Conversion from Cyclosporine to Tacrolimus Improves Quality of Life Indices, Renal Graft Function and Cardiovascular Risk Profile

To the Editor:

Dahm et al. correctly point out that the studies cited by us do not show a statistically significant increase in renal graft survival with tacrolimus as compared with cyclosporine. Yet, there is one randomized study in which renal transplant patients receiving tacrolimus had a significantly higher graft survival than those treated with cyclosporine microemulsion (1).

We disagree with the statement of Dahm et al. that the manner of presentation of our data is misleading. Regarding the graphical presentation of serum creatinine, we do not see the relevance of including the zero point on the scale since serum creatinine never reaches a value of zero (like e.g. body temperature). Furthermore, we do not agree that the use of SEM instead of SD, if clearly indicated, is misleading as it allows the reader to evaluate the statistical robustness of the observed differences, which the SD does not permit.

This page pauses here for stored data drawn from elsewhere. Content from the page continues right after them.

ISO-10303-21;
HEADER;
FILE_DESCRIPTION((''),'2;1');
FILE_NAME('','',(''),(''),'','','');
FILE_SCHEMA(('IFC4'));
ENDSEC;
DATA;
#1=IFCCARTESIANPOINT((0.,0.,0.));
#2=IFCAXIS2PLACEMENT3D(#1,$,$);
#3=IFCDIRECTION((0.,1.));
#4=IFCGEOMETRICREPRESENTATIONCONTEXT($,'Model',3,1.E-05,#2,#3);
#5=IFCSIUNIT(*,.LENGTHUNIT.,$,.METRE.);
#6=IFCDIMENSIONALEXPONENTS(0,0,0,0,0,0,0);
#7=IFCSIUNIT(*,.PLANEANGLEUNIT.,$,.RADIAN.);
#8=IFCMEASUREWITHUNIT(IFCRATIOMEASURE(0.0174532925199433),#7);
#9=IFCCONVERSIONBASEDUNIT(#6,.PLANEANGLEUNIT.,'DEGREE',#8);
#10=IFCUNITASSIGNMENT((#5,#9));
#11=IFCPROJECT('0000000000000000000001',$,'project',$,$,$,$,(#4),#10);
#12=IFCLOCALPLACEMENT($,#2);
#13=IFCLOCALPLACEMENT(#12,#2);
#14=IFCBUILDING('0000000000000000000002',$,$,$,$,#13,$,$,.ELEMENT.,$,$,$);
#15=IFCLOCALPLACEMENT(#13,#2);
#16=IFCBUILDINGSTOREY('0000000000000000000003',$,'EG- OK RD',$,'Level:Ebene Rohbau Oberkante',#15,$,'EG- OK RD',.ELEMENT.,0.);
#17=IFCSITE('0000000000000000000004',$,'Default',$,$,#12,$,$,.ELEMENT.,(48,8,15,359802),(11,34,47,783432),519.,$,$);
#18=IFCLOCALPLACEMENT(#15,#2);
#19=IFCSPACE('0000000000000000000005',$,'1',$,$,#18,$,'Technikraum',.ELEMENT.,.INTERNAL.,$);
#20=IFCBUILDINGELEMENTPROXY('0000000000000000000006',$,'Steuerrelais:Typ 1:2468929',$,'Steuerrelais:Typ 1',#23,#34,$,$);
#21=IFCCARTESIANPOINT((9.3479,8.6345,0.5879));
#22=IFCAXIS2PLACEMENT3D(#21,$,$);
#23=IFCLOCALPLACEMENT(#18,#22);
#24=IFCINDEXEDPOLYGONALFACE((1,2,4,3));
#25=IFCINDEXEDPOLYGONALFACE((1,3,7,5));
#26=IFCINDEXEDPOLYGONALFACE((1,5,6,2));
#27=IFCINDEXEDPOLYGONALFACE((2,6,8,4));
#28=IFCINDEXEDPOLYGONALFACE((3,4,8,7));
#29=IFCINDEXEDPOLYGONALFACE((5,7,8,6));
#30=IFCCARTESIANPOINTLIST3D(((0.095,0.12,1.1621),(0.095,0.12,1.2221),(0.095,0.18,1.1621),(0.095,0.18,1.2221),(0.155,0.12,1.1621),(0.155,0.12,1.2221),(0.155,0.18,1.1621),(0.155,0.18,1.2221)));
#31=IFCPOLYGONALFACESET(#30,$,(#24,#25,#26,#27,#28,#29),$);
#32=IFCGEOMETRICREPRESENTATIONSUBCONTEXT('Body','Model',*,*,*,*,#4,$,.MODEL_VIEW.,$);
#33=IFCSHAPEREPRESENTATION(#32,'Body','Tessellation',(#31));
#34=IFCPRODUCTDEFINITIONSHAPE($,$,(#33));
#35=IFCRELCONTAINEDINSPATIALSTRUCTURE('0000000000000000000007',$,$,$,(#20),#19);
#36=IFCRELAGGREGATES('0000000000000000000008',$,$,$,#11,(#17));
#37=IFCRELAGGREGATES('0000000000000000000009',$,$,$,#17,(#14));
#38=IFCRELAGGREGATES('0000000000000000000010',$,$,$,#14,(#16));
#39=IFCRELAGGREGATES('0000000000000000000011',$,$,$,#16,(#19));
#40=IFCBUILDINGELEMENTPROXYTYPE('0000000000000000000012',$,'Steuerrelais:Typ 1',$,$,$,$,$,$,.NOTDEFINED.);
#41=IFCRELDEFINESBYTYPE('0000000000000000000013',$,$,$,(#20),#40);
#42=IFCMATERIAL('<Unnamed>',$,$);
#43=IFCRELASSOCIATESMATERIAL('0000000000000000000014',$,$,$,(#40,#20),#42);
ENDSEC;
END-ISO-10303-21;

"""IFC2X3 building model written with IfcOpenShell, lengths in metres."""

from ifc_helpers import new_model, entity, si_unit, converted_unit, direction, frame, origin, origin_2d_with_axis, place, context, subcontext, project, spatial, rectangle, extrude, source, transform, mapped, material, type_object, type_shapes, element, save


model = new_model("IFC2X3")

# Units and contexts
model_context = context("Model", 3, precision=1e-05, world=origin(), true_north=direction((0.0, 1.0)))
body_context = subcontext(model_context, "Body", "Model", "MODEL_VIEW")
ifc_project = project(units=[si_unit("LENGTHUNIT", "METRE"), converted_unit("PLANEANGLEUNIT", "DEGREE", entity("IfcRatioMeasure", 0.0174532925199433), si_unit("PLANEANGLEUNIT", "RADIAN"), dimensions=[0, 0, 0, 0, 0, 0, 0])], contexts=[model_context])

# Site, building, storey
site_placement = place(None, origin())
site = spatial("IfcSite", under=ifc_project, at=site_placement, Name="Default", CompositionType="ELEMENT", RefLatitude=(48, 8, 15, 359802), RefLongitude=(11, 34, 47, 783432), RefElevation=519.0)
building_placement = place(site_placement, origin())
building = spatial("IfcBuilding", under=site, at=building_placement, CompositionType="ELEMENT")
storey_placement = place(building_placement, origin())
storey = spatial("IfcBuildingStorey", under=building, at=storey_placement, Name="EG- OK RD", ObjectType="Level:Ebene Rohbau Oberkante", LongName="EG- OK RD", CompositionType="ELEMENT", Elevation=0.0)

# Shared definitions
space_placement = place(storey_placement, origin())
space = spatial("IfcSpace", under=storey, at=space_placement, Name="1", LongName="Technikraum", CompositionType="ELEMENT", InteriorOrExteriorSpace="INTERNAL")

# Building element proxy
ifc_material_1 = material(Name="<Unnamed>")
building_element_proxy_type_1 = type_object("IfcBuildingElementProxyType", Name="Steuerrelais:Typ 1", PredefinedType="NOTDEFINED", material=ifc_material_1)
shared_shape_1 = source(origin(), body_context, "Body", "SweptSolid", [
    extrude(rectangle(XDim=0.06, YDim=0.06, at=origin_2d_with_axis()), frame((0.125, 0.15, 1.1621), z_axis=(0.0, 0.0, 1.0), x_axis=(0.0, 1.0, 0.0)), (0.0, 0.0, 1.0), 0.06),
])
type_shapes(building_element_proxy_type_1, [shared_shape_1])
proxy_1_placement = place(space_placement, frame((9.3479, 8.6345, 0.5879)))
element("IfcBuildingElementProxy", 1, at=proxy_1_placement, inside=space, type_object=building_element_proxy_type_1, material=ifc_material_1, Name="Steuerrelais:Typ 1:2468929", ObjectType="Steuerrelais:Typ 1", context=body_context, shape_type="MappedRepresentation", body=[
    mapped(shared_shape_1, transform((0.0, 0.0, 0.0), scale=1.0)),
])

save(model, "model.ifc")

The way in which the scatter is presented does not influence the outcome of the statistical analysis, nor does it affect the clinical relevance of the findings. The latter depends on the size of the estimated difference between the groups that, we readily admit, was not very large for serum creatinine. However, the fact that the curves of the two groups were diverging suggests that with longer follow-up the use of tacrolimus may prove to be less detrimental to renal function than the use of cyclosporine.

With respect to the statistical analysis, Dahm et al. have a number of concerns to which our response is as follows. Overlapping distributions of data do not preclude statistically significant differences between groups. Normalization of data was undertaken to enable optimal statistical analysis and if omitted could potentially result in misleading conclusions. We excluded patients who switched in their study medication from analysis of metabolic parameters, to examine more closely the effect of each drug (per protocol analysis). For patients developing diabetes mellitus, evaluation of the glucose levels and HbA1c is confounded by the introduction of antidiabetic treatment. However, there was no significant difference between both groups in the number of patients developing diabetes mellitus. The grouping of continuous variables formed no part of the primary analysis on which our conclusions are based.

In conclusion, we think that the statistical methods that we used were appropriate and do not compromise the validity of the data. The clinical relevance of our findings is a separate issue that is mainly related to the magnitude of the differences between the two groups. We feel that the combination of a slightly better preserved renal function, a decrease in Framingham risk score, and a reduction in side effect scores after conversion from cyclosporine to tacrolimus is of considerable relevance for our patients.